→ Data items:
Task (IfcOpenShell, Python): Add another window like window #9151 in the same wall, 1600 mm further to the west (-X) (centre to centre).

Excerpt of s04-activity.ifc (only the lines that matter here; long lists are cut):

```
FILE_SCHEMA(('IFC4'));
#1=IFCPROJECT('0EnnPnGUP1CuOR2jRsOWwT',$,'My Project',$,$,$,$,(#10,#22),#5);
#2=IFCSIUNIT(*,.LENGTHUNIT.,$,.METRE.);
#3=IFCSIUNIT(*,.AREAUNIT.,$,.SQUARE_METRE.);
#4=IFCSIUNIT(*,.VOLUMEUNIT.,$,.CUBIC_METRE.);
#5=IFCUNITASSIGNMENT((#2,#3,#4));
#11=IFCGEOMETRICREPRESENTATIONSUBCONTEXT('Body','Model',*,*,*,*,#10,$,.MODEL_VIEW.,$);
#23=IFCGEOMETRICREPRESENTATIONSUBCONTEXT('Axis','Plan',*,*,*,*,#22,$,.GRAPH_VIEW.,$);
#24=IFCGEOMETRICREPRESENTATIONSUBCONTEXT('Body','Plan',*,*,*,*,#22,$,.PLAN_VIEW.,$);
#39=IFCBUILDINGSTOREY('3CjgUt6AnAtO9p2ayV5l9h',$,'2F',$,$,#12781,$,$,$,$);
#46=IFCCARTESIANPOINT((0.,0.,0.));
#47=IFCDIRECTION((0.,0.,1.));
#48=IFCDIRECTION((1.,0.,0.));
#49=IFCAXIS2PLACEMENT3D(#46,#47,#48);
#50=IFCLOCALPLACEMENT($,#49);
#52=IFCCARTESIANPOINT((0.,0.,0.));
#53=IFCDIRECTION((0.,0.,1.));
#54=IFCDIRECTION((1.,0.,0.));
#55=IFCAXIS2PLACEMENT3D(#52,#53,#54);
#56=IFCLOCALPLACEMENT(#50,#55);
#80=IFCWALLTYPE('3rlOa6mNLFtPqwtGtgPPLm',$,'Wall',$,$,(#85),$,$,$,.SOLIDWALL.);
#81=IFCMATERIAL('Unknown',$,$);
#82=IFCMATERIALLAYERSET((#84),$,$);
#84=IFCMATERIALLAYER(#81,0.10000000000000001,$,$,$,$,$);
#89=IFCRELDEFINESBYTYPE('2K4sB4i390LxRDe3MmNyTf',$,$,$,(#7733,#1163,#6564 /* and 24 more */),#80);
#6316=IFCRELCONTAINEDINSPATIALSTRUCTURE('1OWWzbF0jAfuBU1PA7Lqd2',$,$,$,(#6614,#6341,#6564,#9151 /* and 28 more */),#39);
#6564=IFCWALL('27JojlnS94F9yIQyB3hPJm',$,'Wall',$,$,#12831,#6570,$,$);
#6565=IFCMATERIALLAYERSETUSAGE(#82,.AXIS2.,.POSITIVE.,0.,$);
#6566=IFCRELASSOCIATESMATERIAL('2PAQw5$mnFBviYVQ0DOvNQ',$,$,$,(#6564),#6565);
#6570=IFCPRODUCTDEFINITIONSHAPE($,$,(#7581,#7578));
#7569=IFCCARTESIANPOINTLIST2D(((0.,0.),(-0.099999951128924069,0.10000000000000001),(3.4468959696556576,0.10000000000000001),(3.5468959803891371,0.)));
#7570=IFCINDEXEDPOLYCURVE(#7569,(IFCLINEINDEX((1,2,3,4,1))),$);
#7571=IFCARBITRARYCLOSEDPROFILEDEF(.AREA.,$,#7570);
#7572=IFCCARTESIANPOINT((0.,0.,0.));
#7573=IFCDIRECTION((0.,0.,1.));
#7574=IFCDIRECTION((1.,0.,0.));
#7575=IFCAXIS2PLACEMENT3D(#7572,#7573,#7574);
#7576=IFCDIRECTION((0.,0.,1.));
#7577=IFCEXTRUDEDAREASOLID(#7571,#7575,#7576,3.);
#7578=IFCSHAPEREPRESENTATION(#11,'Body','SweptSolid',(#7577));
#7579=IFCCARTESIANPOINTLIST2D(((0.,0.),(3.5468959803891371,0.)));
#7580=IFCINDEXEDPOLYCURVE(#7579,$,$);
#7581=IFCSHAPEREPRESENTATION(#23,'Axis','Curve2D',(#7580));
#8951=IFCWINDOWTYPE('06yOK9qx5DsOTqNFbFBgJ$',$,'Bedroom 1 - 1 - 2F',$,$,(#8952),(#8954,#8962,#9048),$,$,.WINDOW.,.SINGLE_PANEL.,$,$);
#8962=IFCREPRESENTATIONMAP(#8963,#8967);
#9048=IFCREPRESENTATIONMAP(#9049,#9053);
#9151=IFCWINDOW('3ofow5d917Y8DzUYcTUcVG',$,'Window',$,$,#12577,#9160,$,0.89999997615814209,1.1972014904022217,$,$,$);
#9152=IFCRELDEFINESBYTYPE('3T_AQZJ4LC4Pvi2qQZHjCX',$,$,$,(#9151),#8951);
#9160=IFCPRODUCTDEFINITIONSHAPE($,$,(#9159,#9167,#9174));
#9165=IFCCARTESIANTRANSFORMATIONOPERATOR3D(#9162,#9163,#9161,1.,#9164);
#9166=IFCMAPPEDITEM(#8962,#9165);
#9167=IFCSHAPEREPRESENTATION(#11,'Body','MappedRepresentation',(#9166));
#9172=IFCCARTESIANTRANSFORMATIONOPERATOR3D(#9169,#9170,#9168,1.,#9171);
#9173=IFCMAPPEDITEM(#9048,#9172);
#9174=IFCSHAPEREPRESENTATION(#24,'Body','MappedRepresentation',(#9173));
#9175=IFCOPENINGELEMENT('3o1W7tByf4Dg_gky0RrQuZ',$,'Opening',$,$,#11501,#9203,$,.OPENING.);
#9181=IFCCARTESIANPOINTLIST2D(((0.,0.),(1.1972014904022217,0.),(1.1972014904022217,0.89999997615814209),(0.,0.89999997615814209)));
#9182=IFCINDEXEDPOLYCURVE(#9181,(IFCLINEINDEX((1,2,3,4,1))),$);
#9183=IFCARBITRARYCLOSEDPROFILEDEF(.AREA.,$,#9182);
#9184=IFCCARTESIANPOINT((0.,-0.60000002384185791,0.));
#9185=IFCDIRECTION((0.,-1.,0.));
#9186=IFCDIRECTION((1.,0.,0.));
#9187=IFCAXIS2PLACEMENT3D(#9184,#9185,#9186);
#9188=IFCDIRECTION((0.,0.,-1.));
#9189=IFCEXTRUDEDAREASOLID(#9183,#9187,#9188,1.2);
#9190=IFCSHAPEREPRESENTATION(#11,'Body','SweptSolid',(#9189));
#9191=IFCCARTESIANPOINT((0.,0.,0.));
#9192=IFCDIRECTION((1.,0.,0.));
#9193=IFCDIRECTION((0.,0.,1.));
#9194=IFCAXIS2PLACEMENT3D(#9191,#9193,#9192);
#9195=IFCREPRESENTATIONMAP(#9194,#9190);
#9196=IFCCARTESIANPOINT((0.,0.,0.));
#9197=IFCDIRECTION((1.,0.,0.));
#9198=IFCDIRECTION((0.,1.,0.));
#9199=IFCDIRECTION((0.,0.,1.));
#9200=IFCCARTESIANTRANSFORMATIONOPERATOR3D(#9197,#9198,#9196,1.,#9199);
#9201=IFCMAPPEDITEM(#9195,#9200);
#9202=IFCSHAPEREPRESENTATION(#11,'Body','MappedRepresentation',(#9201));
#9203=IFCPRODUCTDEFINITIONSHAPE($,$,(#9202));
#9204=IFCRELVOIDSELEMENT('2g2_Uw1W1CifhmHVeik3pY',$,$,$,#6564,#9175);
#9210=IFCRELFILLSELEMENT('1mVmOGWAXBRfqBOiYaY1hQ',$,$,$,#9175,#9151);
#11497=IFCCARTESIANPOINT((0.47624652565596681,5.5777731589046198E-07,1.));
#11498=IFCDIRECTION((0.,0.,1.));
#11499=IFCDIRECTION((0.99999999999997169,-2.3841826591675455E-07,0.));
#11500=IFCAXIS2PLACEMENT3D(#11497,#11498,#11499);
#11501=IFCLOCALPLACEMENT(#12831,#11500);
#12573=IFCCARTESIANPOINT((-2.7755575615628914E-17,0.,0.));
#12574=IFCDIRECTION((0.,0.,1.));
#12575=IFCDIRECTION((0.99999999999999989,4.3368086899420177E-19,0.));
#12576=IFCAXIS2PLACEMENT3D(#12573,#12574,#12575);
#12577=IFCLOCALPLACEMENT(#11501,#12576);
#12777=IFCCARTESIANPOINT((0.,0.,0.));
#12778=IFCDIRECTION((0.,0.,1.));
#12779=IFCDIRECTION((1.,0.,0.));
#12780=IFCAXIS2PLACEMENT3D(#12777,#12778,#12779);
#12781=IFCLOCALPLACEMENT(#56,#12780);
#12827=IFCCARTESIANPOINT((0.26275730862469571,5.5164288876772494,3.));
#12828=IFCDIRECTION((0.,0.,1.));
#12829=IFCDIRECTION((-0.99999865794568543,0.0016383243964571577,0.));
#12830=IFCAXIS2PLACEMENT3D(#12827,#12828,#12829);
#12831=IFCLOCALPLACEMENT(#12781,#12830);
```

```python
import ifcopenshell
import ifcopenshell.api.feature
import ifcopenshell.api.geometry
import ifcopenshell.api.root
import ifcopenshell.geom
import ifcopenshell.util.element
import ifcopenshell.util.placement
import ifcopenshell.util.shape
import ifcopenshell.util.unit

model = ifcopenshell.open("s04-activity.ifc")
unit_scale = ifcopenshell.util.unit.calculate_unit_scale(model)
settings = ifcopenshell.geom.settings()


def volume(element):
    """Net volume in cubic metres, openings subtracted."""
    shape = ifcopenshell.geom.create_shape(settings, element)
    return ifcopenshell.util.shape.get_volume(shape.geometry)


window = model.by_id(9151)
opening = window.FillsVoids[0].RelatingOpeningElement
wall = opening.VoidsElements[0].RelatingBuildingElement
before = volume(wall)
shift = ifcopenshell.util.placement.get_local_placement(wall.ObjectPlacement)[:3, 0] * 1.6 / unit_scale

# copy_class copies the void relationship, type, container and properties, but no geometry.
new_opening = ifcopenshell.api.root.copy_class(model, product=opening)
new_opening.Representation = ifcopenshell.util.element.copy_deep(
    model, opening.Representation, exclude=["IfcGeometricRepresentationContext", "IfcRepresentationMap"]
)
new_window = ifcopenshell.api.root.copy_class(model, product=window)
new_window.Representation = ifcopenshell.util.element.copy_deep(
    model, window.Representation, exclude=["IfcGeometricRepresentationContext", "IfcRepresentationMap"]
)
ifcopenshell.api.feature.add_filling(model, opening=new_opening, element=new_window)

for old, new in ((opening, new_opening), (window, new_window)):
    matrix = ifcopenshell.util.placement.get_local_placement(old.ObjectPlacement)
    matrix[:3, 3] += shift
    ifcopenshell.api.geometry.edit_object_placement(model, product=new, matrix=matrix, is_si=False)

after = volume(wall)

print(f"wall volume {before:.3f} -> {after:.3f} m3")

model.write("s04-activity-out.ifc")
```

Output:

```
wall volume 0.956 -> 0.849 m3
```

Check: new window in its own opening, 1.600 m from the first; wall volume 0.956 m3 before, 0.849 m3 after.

→ Task to carry out: What lines of the data include the word "IFCARBITRARYCLOSEDPROFILEDEF"? Copy each of them.

→ Output of the exercise:
#7571=IFCARBITRARYCLOSEDPROFILEDEF(.AREA.,$,#7570);
#9183=IFCARBITRARYCLOSEDPROFILEDEF(.AREA.,$,#9182);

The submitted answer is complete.